Cardiovascular event(s) within 90 days is defined as a composite of either a primary or secondary diagnosis of the acute coronary syndrome, ST-elevation myocardial infarction, non-ST segment elevation myocardial infarction, unstable angina, congestive heart failure, cerebrovascular accident, or death.

Stages of AKI were defined by Kidney Disease: Improving Global Outcome criteria: stage 1: increase in serum creatinine to 1.5–1.9 times baseline or increase in serum creatinine by ≥0.3 mg/dl; stage 2: increase in serum creatinine to 2.0–2.9 times baseline; stage 3: increase in serum creatinine to 3.0 times baseline or increase in serum creatinine to ≥4.0 mg/dl or need for dialysis. Ninety-six participants were missing either (or both) the baseline or 3- to 5-day serum creatinine and are presumed to have no AKI.

Contrast-associated acute kidney injury was defined as an increase in serum creatinine level ≥25% or ≥0.5 mg/dL from the baseline 3 to 5 days after angiography.

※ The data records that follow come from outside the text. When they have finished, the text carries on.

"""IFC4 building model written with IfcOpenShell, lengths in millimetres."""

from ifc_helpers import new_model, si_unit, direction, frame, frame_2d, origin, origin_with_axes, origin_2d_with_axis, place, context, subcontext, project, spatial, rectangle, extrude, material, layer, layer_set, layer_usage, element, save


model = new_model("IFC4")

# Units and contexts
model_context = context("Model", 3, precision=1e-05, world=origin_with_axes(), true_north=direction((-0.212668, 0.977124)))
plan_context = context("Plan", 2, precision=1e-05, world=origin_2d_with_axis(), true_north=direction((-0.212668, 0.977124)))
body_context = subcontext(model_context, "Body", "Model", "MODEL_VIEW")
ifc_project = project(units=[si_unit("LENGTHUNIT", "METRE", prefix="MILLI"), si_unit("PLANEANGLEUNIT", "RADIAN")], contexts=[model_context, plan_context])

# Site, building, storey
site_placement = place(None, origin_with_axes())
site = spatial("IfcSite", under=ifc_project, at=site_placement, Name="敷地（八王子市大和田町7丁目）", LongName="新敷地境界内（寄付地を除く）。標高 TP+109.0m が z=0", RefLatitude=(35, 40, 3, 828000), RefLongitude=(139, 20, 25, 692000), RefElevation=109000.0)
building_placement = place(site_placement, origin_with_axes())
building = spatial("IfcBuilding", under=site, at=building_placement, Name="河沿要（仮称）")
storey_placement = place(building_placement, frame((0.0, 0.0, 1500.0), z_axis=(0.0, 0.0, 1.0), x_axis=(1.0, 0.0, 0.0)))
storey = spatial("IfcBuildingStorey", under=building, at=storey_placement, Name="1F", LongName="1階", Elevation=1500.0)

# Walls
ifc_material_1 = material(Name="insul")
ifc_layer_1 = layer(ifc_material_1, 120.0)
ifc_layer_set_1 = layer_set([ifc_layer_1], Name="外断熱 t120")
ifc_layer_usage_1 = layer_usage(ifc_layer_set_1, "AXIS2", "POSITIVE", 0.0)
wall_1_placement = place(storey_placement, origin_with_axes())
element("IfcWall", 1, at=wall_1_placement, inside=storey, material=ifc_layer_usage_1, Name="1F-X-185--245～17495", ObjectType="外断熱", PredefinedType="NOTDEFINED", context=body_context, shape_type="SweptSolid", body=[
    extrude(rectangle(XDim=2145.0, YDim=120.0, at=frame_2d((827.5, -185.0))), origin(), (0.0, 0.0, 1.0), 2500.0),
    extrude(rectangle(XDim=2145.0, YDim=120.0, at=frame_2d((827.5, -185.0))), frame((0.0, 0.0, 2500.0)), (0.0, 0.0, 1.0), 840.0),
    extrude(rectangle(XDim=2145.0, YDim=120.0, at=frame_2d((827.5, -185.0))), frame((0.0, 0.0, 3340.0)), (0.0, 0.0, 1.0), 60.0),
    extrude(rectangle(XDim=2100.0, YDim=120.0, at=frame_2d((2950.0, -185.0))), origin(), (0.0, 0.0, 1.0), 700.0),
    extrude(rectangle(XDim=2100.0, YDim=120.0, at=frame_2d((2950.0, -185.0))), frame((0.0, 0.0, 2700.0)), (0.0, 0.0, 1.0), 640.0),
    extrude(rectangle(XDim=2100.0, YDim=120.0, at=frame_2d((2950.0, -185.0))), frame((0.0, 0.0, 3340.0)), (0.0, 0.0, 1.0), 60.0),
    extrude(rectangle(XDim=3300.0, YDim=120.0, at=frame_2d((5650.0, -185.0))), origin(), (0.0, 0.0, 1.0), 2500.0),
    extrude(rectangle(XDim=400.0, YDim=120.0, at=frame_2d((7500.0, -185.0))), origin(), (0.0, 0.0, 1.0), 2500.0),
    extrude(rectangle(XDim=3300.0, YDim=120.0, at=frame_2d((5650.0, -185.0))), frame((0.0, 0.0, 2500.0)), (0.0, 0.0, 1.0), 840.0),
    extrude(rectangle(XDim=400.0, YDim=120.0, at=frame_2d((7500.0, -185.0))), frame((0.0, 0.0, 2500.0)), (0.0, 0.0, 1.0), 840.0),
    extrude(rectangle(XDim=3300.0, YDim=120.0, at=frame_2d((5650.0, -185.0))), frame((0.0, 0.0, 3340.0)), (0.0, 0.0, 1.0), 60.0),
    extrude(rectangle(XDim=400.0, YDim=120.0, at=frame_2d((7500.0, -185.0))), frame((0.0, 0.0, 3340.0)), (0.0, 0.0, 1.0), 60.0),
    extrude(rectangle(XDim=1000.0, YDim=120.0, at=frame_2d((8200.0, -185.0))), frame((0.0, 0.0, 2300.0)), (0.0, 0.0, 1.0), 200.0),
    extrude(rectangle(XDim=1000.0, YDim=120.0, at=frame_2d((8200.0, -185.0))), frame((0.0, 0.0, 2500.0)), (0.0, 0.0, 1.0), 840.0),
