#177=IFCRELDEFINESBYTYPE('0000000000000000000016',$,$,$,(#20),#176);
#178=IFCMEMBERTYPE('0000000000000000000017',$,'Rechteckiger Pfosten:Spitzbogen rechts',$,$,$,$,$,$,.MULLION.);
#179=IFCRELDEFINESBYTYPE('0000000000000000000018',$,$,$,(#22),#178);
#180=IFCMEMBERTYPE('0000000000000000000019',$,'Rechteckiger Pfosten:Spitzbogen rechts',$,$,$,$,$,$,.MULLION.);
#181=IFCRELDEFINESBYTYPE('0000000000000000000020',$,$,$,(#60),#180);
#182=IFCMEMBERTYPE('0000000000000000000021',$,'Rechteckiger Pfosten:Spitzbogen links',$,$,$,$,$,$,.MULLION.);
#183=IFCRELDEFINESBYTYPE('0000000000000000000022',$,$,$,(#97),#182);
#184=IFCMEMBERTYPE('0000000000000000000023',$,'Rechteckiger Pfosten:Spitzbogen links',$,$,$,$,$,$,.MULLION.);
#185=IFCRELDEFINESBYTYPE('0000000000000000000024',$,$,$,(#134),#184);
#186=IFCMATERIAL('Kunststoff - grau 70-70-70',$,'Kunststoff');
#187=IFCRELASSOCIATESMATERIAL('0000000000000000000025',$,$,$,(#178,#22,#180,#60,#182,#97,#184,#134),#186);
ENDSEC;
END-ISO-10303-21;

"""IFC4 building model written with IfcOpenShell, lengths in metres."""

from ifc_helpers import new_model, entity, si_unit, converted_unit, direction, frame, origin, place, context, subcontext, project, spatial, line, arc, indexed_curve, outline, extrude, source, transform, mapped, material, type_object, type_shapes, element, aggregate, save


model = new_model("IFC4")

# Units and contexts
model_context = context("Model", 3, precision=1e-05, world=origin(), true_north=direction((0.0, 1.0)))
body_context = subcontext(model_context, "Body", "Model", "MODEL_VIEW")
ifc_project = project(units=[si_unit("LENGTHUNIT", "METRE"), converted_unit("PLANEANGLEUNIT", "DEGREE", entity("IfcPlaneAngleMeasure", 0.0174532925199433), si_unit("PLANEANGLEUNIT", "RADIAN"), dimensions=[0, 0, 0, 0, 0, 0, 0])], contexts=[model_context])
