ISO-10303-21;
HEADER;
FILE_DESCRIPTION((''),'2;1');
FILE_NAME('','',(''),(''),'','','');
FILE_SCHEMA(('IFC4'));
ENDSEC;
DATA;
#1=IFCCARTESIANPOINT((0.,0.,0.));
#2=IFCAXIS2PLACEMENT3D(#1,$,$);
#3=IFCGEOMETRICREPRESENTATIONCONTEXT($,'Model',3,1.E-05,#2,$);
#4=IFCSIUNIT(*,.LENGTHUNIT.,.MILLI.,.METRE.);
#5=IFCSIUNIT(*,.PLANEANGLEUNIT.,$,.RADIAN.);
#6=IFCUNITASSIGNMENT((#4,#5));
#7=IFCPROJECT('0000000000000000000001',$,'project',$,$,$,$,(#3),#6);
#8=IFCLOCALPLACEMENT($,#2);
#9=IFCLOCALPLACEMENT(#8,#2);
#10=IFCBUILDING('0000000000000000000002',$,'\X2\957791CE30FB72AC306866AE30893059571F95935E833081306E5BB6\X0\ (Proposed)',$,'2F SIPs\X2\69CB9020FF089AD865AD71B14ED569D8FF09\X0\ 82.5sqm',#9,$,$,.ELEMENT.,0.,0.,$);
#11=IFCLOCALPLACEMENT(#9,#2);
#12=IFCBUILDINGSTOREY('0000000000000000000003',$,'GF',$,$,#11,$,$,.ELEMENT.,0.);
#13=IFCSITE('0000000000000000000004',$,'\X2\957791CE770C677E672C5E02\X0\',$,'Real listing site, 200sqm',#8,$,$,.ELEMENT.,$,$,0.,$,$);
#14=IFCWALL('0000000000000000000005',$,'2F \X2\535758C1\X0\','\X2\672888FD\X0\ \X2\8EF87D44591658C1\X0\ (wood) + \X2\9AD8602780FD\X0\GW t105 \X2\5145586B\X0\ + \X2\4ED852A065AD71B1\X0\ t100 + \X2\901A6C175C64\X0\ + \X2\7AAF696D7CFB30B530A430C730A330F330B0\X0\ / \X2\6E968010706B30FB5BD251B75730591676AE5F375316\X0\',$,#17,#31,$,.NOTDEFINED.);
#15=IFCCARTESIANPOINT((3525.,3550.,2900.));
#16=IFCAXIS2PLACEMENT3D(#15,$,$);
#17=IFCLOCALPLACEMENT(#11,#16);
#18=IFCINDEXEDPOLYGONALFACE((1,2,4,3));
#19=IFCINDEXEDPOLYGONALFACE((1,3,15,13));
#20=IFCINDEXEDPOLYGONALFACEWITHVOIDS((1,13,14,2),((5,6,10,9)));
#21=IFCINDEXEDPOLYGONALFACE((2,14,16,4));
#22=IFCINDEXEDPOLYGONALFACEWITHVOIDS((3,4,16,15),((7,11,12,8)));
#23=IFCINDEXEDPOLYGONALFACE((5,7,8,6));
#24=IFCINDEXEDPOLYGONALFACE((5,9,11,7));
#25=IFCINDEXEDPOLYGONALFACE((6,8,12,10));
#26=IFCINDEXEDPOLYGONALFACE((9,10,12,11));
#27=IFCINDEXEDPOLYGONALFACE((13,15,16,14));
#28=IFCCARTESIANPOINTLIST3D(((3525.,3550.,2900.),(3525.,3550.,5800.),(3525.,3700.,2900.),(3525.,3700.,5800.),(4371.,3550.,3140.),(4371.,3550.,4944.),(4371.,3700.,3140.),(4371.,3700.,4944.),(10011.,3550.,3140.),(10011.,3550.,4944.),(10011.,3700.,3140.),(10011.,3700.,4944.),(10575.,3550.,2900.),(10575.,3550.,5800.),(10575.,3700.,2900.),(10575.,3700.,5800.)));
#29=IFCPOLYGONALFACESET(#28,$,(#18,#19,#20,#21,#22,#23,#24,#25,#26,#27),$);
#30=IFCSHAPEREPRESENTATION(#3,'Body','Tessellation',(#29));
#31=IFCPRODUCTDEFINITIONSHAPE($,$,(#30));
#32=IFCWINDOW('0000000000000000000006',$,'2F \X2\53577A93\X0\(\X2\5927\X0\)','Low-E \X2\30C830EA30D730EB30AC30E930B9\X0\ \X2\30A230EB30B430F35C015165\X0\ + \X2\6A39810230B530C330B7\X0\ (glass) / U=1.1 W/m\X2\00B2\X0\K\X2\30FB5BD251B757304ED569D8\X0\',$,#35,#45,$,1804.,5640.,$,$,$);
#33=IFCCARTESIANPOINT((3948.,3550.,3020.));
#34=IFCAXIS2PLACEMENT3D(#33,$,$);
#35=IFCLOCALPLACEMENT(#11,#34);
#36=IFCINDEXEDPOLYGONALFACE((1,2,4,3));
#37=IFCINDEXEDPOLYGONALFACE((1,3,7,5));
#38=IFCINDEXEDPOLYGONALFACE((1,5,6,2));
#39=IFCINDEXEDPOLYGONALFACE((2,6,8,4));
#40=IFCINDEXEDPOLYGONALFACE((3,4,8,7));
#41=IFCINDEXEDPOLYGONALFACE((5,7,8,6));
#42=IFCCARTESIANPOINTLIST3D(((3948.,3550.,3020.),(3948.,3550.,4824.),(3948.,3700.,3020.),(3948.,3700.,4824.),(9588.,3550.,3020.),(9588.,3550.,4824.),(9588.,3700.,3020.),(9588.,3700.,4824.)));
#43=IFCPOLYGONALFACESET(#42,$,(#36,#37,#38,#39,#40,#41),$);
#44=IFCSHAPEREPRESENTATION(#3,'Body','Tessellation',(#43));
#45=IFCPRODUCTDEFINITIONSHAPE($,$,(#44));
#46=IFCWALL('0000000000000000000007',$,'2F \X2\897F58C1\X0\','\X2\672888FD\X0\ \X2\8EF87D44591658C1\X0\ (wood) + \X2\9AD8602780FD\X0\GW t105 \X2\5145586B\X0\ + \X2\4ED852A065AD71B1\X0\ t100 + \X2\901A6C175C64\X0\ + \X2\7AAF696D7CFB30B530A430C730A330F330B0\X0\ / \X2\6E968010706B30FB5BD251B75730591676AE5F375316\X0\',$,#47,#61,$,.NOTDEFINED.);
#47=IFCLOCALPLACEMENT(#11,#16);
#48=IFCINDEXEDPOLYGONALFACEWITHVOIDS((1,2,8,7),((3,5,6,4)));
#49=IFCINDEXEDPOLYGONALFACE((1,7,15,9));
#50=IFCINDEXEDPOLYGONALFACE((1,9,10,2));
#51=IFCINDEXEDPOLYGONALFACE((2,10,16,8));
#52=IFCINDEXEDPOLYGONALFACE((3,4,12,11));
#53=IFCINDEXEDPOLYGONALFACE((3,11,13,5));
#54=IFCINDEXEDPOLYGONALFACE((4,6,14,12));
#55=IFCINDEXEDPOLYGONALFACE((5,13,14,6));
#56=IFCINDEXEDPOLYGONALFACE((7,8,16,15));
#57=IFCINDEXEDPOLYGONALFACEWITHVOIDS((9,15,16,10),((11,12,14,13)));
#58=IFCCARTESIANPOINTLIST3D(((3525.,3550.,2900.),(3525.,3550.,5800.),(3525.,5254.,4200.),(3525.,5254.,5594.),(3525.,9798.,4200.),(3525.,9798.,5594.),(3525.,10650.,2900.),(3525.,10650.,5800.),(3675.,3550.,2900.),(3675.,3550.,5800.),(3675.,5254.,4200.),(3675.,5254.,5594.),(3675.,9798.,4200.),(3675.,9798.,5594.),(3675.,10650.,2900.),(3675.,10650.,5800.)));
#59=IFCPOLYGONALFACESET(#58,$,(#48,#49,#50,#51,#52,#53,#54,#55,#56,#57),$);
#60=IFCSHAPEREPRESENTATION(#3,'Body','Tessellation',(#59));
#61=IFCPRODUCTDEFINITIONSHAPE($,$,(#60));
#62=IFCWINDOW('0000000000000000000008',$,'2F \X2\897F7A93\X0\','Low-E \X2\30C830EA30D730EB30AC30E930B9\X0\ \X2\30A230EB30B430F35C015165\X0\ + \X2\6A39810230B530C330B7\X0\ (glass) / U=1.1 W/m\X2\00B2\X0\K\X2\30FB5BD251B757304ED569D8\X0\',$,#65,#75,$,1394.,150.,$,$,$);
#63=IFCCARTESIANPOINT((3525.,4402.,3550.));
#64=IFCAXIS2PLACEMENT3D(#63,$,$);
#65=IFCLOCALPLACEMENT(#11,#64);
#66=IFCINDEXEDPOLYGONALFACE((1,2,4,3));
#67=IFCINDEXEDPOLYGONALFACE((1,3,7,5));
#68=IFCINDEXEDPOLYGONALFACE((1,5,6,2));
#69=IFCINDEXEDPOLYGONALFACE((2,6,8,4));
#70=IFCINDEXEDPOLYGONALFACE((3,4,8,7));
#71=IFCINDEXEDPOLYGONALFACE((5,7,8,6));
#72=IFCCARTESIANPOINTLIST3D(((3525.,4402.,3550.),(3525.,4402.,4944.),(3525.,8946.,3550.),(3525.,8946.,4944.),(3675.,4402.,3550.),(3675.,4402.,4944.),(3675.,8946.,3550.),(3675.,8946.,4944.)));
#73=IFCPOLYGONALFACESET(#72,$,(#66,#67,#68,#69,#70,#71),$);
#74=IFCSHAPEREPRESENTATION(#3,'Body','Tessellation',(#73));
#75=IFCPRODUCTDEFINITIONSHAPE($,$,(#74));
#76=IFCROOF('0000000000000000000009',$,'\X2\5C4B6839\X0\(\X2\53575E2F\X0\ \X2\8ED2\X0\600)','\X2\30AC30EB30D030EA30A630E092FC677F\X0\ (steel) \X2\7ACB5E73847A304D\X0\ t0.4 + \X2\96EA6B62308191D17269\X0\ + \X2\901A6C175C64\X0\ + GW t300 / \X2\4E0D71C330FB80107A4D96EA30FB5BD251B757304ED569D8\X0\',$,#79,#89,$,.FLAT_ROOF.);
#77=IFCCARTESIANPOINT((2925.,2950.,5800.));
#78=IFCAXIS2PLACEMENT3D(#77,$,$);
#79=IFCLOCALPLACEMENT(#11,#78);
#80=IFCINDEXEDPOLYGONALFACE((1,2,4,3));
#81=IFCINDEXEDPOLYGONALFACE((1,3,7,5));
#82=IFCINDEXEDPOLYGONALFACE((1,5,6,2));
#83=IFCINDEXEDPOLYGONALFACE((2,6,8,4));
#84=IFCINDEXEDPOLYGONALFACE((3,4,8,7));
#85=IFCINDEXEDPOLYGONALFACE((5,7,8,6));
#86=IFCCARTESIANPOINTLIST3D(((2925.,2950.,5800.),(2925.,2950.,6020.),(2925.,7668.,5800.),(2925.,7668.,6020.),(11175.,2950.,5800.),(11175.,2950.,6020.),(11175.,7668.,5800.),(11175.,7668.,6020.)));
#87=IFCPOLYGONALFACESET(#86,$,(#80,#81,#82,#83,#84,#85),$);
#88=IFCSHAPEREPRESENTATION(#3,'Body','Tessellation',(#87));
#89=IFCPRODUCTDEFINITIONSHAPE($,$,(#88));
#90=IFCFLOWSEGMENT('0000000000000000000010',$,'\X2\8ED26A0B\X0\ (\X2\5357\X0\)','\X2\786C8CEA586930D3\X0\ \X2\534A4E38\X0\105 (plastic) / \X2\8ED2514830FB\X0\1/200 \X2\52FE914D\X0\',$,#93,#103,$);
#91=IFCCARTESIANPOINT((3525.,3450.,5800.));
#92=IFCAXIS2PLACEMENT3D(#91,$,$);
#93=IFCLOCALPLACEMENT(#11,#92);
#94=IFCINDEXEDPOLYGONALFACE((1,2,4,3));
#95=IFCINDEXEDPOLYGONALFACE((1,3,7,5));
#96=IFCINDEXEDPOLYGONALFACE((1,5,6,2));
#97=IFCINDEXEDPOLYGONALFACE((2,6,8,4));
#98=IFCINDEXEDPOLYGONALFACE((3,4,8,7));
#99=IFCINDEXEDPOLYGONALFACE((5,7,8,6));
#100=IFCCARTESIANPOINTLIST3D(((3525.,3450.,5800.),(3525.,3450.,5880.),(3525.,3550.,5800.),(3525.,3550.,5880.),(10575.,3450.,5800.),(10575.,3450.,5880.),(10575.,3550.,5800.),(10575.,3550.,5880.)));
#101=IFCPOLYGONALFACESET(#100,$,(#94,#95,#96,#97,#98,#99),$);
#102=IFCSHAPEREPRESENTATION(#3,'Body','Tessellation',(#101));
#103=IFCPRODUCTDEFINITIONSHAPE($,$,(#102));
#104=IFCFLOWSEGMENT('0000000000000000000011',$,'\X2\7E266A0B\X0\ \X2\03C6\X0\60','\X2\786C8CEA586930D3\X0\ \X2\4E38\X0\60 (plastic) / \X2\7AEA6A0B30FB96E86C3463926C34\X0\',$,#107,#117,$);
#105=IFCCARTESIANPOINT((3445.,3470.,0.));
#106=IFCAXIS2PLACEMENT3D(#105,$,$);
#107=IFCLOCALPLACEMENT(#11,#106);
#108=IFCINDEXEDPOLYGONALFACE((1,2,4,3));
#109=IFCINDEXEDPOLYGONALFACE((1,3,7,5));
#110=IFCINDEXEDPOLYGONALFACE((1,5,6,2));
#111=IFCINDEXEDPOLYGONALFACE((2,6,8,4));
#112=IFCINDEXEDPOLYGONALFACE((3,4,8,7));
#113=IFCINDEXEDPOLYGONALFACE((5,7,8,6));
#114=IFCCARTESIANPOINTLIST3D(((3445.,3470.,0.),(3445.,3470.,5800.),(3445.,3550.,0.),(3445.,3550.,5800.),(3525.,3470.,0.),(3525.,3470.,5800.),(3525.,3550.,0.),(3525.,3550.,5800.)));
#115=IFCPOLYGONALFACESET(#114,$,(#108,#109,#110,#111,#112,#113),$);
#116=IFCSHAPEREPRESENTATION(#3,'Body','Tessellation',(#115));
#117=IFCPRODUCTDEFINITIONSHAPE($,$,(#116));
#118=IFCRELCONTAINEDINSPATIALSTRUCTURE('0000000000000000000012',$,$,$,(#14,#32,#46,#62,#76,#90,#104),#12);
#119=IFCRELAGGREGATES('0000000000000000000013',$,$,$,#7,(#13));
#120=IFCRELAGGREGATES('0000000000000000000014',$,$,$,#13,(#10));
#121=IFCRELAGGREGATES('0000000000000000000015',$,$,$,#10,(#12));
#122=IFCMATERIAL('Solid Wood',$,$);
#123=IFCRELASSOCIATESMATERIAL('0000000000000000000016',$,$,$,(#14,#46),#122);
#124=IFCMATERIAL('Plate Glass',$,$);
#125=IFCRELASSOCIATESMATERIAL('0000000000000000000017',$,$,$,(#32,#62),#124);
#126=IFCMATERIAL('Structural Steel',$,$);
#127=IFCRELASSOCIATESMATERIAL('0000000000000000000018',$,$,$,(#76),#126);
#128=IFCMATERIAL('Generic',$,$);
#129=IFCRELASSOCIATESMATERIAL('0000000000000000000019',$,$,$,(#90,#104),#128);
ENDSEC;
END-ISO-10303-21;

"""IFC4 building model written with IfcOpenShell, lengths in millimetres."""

from ifc_helpers import new_model, si_unit, frame, frame_2d, origin, place, context, project, spatial, rectangle, extrude, material, element, fill, save


model = new_model("IFC4")

# Units and contexts
model_context = context("Model", 3, precision=1e-05, world=origin())
ifc_project = project(units=[si_unit("LENGTHUNIT", "METRE", prefix="MILLI"), si_unit("PLANEANGLEUNIT", "RADIAN")], contexts=[model_context])

# Site, building, storey
site_placement = place(None, origin())
site = spatial("IfcSite", under=ifc_project, at=site_placement, Name="長野県松本市", ObjectType="Real listing site, 200sqm", CompositionType="ELEMENT", RefElevation=0.0)
building_placement = place(site_placement, origin())
building = spatial("IfcBuilding", under=site, at=building_placement, Name="長野・犬と暮らす土間広めの家 (Proposed)", ObjectType="2F SIPs構造（高断熱仕様） 82.5sqm", CompositionType="ELEMENT", ElevationOfRefHeight=0.0, ElevationOfTerrain=0.0)
storey_placement = place(building_placement, origin())
storey = spatial("IfcBuildingStorey", under=building, at=storey_placement, Name="GF", CompositionType="ELEMENT", Elevation=0.0)

# Shared definitions
ifc_material_1 = material(Name="Solid Wood")

# Shared definitions
ifc_material_2 = material(Name="Plate Glass")

# Walls, openings, windows
wall_1_placement = place(storey_placement, frame((3525.0, 3550.0, 2900.0)))
wall_1 = element("IfcWall", 1, at=wall_1_placement, inside=storey, material=ifc_material_1, Name="2F 南壁", Description="木製 軸組外壁 (wood) + 高性能GW t105 充填 + 付加断熱 t100 + 通気層 + 窯業系サイディング / 準耐火・寒冷地外皮強化", PredefinedType="NOTDEFINED", context=model_context, shape_type="SweptSolid", body=[
    extrude(rectangle(XDim=7050.0, YDim=150.0, at=frame_2d((3525.0, 75.0))), frame((3525.0, 3550.0, 2900.0)), (0.0, 0.0, 1.0), 2900.0),
])
opening_1_placement = place(storey_placement, frame((3948.0, 3550.0, 3020.0)))
opening_1 = element("IfcOpeningElement", 2, at=opening_1_placement, cuts=wall_1, PredefinedType="NOTDEFINED", context=model_context, shape_type="SweptSolid", body=[
    extrude(rectangle(XDim=5640.0, YDim=150.0, at=frame_2d((2820.0, 75.0))), frame((3948.0, 3550.0, 3020.0)), (0.0, 0.0, 1.0), 1804.0),
])
window_1_placement = place(storey_placement, frame((3948.0, 3550.0, 3020.0)))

Major adverse kidney events were defined as a composite of death, persistent kidney dysfunction, or dialysis dependence by day 90. A persistent decrease in kidney function was defined as a ≥50% increase in serum creatinine level at day 90 after angiography, confirmed by subsequent testing within 14 days of the initial measurement [10, 11].

Table 2:

No. and type of cardiovascular event.

Cardiovascular event^a	No. (%)^b
Any cardiovascular event	119 (100)
Death	28 (23.5)
Acute coronary syndrome	4 (3.4)
STEMI	2 (1.7)
NSTEMI	20 (16.8)
Unstable angina	9 (7.6)
CHF	75 (63.0)
Cerebrovascular accident	11 (9.2)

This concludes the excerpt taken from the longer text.